Contributing to vm-system

How to contribute: layer ownership, testing strategy, test inventory, review checklist, and debugging.

Sections

Terminology & Glossary
📖 Documentation
Navigation
7 sectionsv0.1
📄 Contributing to vm-system — glaze help contributing
contributing

Contributing to vm-system

How to contribute: layer ownership, testing strategy, test inventory, review checklist, and debugging.

Topicvm-systemcontributingtestingdevelopment

This page covers everything you need to make changes to vm-system safely: where code belongs, how to test it, what reviewers look for, and how to debug when things break.

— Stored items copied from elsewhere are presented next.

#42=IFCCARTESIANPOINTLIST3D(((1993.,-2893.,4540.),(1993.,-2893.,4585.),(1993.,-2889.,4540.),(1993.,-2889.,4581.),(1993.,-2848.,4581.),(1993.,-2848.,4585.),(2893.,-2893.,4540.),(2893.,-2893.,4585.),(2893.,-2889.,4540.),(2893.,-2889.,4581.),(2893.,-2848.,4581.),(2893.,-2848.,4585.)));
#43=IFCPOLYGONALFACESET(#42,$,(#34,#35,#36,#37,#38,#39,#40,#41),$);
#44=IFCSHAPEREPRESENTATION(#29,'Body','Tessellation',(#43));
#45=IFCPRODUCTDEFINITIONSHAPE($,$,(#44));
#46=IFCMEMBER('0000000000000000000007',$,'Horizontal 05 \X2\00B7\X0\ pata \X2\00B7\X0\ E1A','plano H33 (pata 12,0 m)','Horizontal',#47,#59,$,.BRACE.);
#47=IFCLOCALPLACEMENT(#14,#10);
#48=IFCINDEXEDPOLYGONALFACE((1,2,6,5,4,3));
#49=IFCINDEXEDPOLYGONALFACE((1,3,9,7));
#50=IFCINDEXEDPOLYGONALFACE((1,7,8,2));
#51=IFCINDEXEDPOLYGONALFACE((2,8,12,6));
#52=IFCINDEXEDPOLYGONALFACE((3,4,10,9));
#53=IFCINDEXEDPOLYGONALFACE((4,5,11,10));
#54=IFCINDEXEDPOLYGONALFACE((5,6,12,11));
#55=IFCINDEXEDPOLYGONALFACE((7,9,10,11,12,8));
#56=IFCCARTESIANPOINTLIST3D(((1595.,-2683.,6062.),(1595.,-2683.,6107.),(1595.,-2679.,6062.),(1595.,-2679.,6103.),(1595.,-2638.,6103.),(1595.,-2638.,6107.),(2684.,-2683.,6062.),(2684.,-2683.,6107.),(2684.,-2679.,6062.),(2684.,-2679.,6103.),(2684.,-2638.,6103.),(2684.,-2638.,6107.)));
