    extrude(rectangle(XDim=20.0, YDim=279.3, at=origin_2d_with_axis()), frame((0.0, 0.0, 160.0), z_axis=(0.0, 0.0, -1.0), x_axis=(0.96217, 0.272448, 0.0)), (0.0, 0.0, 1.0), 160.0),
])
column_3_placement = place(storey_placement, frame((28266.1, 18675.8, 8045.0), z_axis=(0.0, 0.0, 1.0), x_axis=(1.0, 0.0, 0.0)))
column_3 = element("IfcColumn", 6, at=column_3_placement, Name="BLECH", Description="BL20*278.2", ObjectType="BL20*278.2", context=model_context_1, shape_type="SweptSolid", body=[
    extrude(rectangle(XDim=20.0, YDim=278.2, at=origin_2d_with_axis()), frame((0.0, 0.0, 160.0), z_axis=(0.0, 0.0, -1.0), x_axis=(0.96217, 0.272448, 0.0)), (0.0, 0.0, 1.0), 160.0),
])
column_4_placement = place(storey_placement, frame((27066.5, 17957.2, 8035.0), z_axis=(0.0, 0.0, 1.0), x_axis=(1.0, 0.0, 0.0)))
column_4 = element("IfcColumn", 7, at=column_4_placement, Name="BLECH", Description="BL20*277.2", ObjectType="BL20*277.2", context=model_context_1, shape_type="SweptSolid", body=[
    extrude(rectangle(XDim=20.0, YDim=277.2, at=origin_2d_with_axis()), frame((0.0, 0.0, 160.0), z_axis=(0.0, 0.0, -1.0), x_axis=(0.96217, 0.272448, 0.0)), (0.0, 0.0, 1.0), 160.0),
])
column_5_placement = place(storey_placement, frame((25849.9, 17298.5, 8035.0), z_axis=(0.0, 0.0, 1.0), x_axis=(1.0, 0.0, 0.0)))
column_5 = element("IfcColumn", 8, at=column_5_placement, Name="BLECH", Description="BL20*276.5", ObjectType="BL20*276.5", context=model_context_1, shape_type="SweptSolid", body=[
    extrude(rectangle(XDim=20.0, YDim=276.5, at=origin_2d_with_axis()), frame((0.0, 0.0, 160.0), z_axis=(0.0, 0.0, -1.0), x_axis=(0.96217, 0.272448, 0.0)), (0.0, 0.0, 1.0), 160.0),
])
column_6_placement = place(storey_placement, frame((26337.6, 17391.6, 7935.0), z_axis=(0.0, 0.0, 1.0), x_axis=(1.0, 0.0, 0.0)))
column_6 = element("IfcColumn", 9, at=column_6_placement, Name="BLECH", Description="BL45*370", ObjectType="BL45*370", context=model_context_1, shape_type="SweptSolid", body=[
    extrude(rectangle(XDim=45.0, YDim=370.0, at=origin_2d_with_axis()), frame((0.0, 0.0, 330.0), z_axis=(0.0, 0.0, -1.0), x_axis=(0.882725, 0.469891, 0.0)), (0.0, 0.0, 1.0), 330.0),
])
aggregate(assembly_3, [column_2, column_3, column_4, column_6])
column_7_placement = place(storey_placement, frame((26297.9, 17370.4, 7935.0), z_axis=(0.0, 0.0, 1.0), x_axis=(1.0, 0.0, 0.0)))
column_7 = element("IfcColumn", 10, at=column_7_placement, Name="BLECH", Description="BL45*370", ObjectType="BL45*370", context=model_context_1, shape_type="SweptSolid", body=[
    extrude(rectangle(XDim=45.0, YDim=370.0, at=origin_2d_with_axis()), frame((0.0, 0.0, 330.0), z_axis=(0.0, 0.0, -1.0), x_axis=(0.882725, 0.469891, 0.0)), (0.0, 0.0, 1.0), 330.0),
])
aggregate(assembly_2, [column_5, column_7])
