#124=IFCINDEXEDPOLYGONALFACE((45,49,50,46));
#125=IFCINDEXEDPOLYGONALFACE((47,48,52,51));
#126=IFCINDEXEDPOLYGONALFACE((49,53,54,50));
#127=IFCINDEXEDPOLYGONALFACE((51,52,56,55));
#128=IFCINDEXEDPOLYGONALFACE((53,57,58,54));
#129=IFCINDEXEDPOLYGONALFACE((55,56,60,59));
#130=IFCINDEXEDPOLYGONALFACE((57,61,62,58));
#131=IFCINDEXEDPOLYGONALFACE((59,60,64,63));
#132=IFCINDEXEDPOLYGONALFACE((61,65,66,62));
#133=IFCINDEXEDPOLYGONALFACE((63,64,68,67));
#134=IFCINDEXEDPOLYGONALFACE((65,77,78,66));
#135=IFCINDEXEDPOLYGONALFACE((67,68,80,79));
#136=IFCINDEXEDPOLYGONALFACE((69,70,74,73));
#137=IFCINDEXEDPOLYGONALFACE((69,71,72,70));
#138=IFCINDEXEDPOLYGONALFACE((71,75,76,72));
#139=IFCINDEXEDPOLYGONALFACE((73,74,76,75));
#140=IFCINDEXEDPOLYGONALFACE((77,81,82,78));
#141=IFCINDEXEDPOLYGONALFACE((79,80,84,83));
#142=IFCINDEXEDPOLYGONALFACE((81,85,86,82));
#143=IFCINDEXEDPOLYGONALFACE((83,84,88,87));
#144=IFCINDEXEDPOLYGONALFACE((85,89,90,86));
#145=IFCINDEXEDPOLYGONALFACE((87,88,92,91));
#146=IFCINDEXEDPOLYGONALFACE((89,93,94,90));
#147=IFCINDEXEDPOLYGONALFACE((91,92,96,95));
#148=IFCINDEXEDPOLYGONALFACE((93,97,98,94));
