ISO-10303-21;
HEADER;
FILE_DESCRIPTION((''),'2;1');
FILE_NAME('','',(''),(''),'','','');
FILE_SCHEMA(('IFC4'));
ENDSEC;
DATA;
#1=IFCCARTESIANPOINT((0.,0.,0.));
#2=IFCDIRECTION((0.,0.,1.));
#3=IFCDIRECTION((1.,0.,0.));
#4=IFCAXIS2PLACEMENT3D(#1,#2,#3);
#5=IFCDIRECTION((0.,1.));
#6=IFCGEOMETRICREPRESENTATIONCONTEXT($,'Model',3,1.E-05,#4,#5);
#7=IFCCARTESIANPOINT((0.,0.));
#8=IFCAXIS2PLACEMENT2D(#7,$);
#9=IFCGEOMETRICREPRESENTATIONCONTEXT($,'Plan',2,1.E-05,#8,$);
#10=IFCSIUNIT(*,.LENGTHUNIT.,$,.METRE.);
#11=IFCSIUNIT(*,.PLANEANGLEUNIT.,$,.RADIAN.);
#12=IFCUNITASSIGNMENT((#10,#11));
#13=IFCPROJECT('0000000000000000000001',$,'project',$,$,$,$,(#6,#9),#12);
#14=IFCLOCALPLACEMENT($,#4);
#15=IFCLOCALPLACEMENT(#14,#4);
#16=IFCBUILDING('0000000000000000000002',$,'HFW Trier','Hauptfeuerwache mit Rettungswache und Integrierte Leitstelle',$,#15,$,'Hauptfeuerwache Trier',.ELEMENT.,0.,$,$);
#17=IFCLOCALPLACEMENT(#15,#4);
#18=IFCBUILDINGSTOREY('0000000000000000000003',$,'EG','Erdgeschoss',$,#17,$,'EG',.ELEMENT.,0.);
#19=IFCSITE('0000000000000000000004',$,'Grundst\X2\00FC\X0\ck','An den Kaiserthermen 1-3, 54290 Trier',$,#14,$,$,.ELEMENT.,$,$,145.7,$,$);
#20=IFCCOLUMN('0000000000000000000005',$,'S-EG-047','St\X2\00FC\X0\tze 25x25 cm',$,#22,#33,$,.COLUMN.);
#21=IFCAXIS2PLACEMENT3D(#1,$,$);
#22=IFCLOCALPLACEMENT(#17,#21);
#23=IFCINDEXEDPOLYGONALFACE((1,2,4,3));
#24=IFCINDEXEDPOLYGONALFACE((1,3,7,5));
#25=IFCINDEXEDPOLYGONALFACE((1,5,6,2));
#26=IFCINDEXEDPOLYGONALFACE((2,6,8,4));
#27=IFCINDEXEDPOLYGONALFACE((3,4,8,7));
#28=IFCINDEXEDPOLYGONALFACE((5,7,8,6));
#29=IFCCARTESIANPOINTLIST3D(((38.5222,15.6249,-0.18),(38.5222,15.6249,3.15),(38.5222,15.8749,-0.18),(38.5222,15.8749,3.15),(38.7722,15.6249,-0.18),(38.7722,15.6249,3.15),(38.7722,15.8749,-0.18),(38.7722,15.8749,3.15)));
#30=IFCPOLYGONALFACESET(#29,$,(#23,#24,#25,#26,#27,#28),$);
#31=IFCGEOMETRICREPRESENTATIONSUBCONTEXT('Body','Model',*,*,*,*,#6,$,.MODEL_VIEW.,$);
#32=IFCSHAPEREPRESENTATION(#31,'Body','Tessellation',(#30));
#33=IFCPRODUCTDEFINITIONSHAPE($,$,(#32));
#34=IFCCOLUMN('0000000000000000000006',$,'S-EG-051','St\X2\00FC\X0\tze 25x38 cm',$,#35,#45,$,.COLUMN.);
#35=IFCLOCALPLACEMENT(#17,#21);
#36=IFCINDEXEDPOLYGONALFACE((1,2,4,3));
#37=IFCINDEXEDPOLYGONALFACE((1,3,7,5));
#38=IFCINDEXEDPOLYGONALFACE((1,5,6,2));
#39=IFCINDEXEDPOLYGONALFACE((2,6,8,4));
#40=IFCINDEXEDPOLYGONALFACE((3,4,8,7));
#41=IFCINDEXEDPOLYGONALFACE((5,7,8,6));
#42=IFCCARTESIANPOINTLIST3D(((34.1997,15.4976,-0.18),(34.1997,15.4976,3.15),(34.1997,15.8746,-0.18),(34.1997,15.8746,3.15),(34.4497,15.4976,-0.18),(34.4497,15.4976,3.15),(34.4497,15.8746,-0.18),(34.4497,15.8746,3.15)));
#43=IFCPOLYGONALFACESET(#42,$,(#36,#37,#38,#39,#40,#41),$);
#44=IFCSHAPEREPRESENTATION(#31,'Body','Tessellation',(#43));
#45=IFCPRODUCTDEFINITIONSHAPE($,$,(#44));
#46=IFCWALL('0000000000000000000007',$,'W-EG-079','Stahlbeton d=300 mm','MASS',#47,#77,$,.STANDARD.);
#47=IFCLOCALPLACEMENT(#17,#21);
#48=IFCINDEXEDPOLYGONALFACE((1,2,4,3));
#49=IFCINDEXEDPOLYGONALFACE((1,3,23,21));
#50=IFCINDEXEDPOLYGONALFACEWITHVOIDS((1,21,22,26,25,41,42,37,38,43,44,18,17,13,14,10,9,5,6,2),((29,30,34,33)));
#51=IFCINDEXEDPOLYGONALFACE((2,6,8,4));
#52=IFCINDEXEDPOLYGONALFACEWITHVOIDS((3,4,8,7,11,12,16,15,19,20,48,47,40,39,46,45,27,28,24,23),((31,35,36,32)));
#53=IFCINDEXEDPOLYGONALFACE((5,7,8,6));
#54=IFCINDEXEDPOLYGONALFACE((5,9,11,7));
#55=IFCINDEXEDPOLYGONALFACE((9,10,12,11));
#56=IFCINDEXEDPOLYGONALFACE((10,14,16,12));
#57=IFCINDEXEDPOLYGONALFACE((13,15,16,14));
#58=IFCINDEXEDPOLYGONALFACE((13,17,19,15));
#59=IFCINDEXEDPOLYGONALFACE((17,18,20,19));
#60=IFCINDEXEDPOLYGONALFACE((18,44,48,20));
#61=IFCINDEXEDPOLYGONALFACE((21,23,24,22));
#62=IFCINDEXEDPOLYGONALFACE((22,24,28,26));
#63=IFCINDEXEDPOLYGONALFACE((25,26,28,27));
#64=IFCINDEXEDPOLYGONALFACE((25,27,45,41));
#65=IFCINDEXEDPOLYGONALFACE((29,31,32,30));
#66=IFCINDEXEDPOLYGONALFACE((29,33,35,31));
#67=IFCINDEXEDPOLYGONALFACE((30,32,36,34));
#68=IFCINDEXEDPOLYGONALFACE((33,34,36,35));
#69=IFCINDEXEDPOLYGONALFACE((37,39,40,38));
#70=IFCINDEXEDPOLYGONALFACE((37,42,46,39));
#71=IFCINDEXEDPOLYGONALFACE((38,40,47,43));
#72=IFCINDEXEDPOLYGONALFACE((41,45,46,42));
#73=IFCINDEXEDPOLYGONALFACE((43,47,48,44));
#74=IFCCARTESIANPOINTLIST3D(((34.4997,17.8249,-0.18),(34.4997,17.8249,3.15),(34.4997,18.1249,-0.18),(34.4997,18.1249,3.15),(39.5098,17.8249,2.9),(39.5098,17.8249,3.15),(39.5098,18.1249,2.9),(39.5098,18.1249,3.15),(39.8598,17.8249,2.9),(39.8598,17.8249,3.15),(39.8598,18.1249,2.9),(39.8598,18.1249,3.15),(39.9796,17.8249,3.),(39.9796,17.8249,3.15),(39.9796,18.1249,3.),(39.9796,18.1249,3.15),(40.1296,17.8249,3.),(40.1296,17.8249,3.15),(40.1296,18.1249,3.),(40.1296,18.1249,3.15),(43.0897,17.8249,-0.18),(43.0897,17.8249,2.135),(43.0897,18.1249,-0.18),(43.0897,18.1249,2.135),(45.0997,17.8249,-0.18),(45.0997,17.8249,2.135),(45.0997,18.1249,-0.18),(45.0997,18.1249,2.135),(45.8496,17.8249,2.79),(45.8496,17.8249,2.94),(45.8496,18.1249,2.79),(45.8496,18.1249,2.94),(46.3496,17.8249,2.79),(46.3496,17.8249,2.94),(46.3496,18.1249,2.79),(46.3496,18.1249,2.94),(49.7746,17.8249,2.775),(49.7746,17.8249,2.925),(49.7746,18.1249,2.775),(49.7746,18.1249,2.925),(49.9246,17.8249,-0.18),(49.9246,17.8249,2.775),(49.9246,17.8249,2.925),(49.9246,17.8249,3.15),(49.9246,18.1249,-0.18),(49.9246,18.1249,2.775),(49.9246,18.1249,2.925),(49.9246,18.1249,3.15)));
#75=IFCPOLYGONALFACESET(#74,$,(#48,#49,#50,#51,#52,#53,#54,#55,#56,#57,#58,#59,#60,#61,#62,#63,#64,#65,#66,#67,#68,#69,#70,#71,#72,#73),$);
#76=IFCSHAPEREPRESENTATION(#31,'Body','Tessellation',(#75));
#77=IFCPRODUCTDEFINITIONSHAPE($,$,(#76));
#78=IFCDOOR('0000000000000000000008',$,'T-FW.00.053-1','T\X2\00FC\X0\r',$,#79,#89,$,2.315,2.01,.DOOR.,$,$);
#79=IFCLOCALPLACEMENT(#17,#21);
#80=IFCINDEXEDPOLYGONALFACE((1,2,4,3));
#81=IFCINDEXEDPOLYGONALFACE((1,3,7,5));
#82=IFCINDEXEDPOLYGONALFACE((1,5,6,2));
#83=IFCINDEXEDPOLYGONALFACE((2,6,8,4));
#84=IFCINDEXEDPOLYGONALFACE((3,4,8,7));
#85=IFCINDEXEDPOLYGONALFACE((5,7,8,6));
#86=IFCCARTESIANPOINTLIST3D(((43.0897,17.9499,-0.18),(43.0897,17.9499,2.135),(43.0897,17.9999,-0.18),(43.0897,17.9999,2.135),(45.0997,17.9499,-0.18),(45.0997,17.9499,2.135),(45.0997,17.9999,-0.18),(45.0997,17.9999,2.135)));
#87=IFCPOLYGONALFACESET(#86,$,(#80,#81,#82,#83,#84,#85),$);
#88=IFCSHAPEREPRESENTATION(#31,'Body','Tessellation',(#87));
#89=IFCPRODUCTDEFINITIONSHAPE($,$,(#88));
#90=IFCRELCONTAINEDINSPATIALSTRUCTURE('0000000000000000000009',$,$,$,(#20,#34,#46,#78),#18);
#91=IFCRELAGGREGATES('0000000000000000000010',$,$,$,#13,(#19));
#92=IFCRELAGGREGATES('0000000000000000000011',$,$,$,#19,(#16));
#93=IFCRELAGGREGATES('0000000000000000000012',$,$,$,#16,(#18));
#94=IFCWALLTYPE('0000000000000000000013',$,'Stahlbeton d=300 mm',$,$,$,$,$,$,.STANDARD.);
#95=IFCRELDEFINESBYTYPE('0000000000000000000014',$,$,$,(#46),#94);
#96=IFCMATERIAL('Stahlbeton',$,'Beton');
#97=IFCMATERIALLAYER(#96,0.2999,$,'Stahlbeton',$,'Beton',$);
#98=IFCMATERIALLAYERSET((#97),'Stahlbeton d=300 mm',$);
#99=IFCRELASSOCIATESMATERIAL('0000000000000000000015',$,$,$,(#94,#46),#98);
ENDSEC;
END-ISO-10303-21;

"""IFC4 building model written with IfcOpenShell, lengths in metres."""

from ifc_helpers import new_model, si_unit, direction, frame, frame_2d, origin_with_axes, origin_2d, place, context, subcontext, project, spatial, rectangle, extrude, material, layer, layer_set, layer_usage, type_object, element, fill, save


model = new_model("IFC4")

# Units and contexts
model_context = context("Model", 3, precision=1e-05, world=origin_with_axes(), true_north=direction((0.0, 1.0)))
plan_context = context("Plan", 2, precision=1e-05, world=origin_2d())
body_context = subcontext(model_context, "Body", "Model", "MODEL_VIEW")
ifc_project = project(units=[si_unit("LENGTHUNIT", "METRE"), si_unit("PLANEANGLEUNIT", "RADIAN")], contexts=[model_context, plan_context])

# Site, building, storey
site_placement = place(None, origin_with_axes())
site = spatial("IfcSite", under=ifc_project, at=site_placement, Name="Grundstück", Description="An den Kaiserthermen 1-3, 54290 Trier", CompositionType="ELEMENT", RefElevation=145.7)
building_placement = place(site_placement, origin_with_axes())
building = spatial("IfcBuilding", under=site, at=building_placement, Name="HFW Trier", Description="Hauptfeuerwache mit Rettungswache und Integrierte Leitstelle", LongName="Hauptfeuerwache Trier", CompositionType="ELEMENT", ElevationOfRefHeight=0.0)
storey_placement = place(building_placement, origin_with_axes())
storey = spatial("IfcBuildingStorey", under=building, at=storey_placement, Name="EG", Description="Erdgeschoss", LongName="EG", CompositionType="ELEMENT", Elevation=0.0)

# Columns
column_1_placement = place(storey_placement, frame((38.5222, 15.7499, -0.18), z_axis=(0.0, 0.0, 1.0), x_axis=(1.0, 0.0, 0.0)))
element("IfcColumn", 1, at=column_1_placement, inside=storey, Name="S-EG-047", Description="Stütze 25x25 cm", PredefinedType="COLUMN", context=body_context, shape_type="SweptSolid", body=[
    extrude(rectangle(XDim=0.25, YDim=0.25, at=frame_2d((0.125, 0.0))), origin_with_axes(), (0.0, 0.0, 1.0), 3.33),
])
column_2_placement = place(storey_placement, frame((34.1997, 15.6861, -0.18), z_axis=(0.0, 0.0, 1.0), x_axis=(1.0, 0.0, 0.0)))
element("IfcColumn", 2, at=column_2_placement, inside=storey, Name="S-EG-051", Description="Stütze 25x38 cm", PredefinedType="COLUMN", context=body_context, shape_type="SweptSolid", body=[
    extrude(rectangle(XDim=0.25, YDim=0.377, at=frame_2d((0.125, 0.0))), origin_with_axes(), (0.0, 0.0, 1.0), 3.33),
])

# Wall, openings, door
ifc_material = material(Name="Stahlbeton", Category="Beton")
ifc_layer_1 = layer(ifc_material, 0.2999, Name="Stahlbeton", Category="Beton")
ifc_layer_set_1 = layer_set([ifc_layer_1], Name="Stahlbeton d=300 mm")
ifc_layer_usage_1 = layer_usage(ifc_layer_set_1, "AXIS2", "POSITIVE", -0.15)
wall_type_1 = type_object("IfcWallType", Name="Stahlbeton d=300 mm", PredefinedType="STANDARD", material=ifc_layer_set_1)
wall_1_placement = place(storey_placement, frame((34.4997, 17.9749, -0.18), z_axis=(0.0, 0.0, 1.0), x_axis=(1.0, 0.0, 0.0)))
wall_1 = element("IfcWall", 3, at=wall_1_placement, inside=storey, type_object=wall_type_1, material=ifc_layer_usage_1, Name="W-EG-079", Description="Stahlbeton d=300 mm", ObjectType="MASS", PredefinedType="STANDARD", context=body_context, shape_type="SweptSolid", body=[
    extrude(rectangle(XDim=15.4249, YDim=0.3, at=frame_2d((7.7125, 0.0))), origin_with_axes(), (0.0, 0.0, 1.0), 3.33),
])
opening_1_placement = place(wall_1_placement, frame((8.59, 0.0, 0.0), z_axis=(0.0, 0.0, 1.0), x_axis=(1.0, 0.0, 0.0)))
opening_1 = element("IfcOpeningElement", 4, at=opening_1_placement, cuts=wall_1, PredefinedType="OPENING", context=body_context, shape_type="SweptSolid", body=[
    extrude(rectangle(XDim=2.01, YDim=0.4, at=frame_2d((1.005, 0.0))), origin_with_axes(), (0.0, 0.0, 1.0), 2.315),
])
opening_2_placement = place(wall_1_placement, origin_with_axes())
element("IfcOpeningElement", 5, at=opening_2_placement, cuts=wall_1, ObjectType="Wanddurchbruch", PredefinedType="OPENING", context=body_context, shape_type="SweptSolid", body=[
    extrude(rectangle(XDim=0.5, YDim=0.4, at=frame_2d((11.5999, 0.0))), frame((0.0, 0.0, 2.97), z_axis=(0.0, 0.0, 1.0), x_axis=(1.0, 0.0, 0.0)), (0.0, 0.0, 1.0), 0.15),
])
opening_3_placement = place(wall_1_placement, origin_with_axes())
element("IfcOpeningElement", 6, at=opening_3_placement, cuts=wall_1, ObjectType="Wanddurchbruch", PredefinedType="OPENING", context=body_context, shape_type="SweptSolid", body=[
    extrude(rectangle(XDim=0.15, YDim=0.4, at=frame_2d((5.5549, 0.0))), frame((0.0, 0.0, 3.18), z_axis=(0.0, 0.0, 1.0), x_axis=(1.0, 0.0, 0.0)), (0.0, 0.0, 1.0), 0.15),
])
opening_4_placement = place(wall_1_placement, origin_with_axes())
element("IfcOpeningElement", 7, at=opening_4_placement, cuts=wall_1, ObjectType="Wanddurchbruch", PredefinedType="OPENING", context=body_context, shape_type="SweptSolid", body=[
    extrude(rectangle(XDim=0.35, YDim=0.4, at=frame_2d((5.1851, 0.0))), frame((0.0, 0.0, 3.08), z_axis=(0.0, 0.0, 1.0), x_axis=(1.0, 0.0, 0.0)), (0.0, 0.0, 1.0), 0.25),
])
opening_5_placement = place(wall_1_placement, origin_with_axes())
element("IfcOpeningElement", 8, at=opening_5_placement, cuts=wall_1, ObjectType="Wanddurchbruch", PredefinedType="OPENING", context=body_context, shape_type="SweptSolid", body=[
    extrude(rectangle(XDim=0.15, YDim=0.4, at=frame_2d((15.3499, 0.0))), frame((0.0, 0.0, 2.955), z_axis=(0.0, 0.0, 1.0), x_axis=(1.0, 0.0, 0.0)), (0.0, 0.0, 1.0), 0.15),
])
door_1_placement = place(wall_1_placement, frame((8.59, 0.0, 0.0), z_axis=(0.0, 0.0, 1.0), x_axis=(1.0, 0.0, 0.0)))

If you haven't run vm-system yet, start with vm-system help getting-started and come back here when you're ready to change code.

Where does my change go?

vm-system has clean layer boundaries, and respecting them is the most important thing you can do for code quality. Before writing code, figure out which layer owns the behavior you're changing:

  • HTTP shape, status codes, request validationpkg/vmtransport/http (server*.go). This is where JSON is decoded, fields are validated, and domain errors are mapped to HTTP status codes.
  • Domain orchestration and policypkg/vmcontrol (*_service.go, core.go). Business rules like "what defaults does a new template get?" and "is this file path safe?" live here.
  • Runtime semantics, goja executionpkg/vmsession and pkg/vmexec. This is where JavaScript actually runs, where the console shim captures output, and where execution locks are managed.
  • Persistence and schemapkg/vmstore (vmstore*.go). All database queries and schema definitions.
  • CLI output and UXcmd/vm-system (cmd_*.go). Flag parsing, output formatting, and help text.
  • REST clientpkg/vmclient (*_client.go). The typed HTTP client used by CLI commands.
  • Web serving bridgeinternal/web (spa.go, publicfs_*.go, generate.go). API/static composition, embed loading, and frontend asset generation.
  • Frontend appui/ (Vite + React + RTK Query). Browser UI and API client behavior.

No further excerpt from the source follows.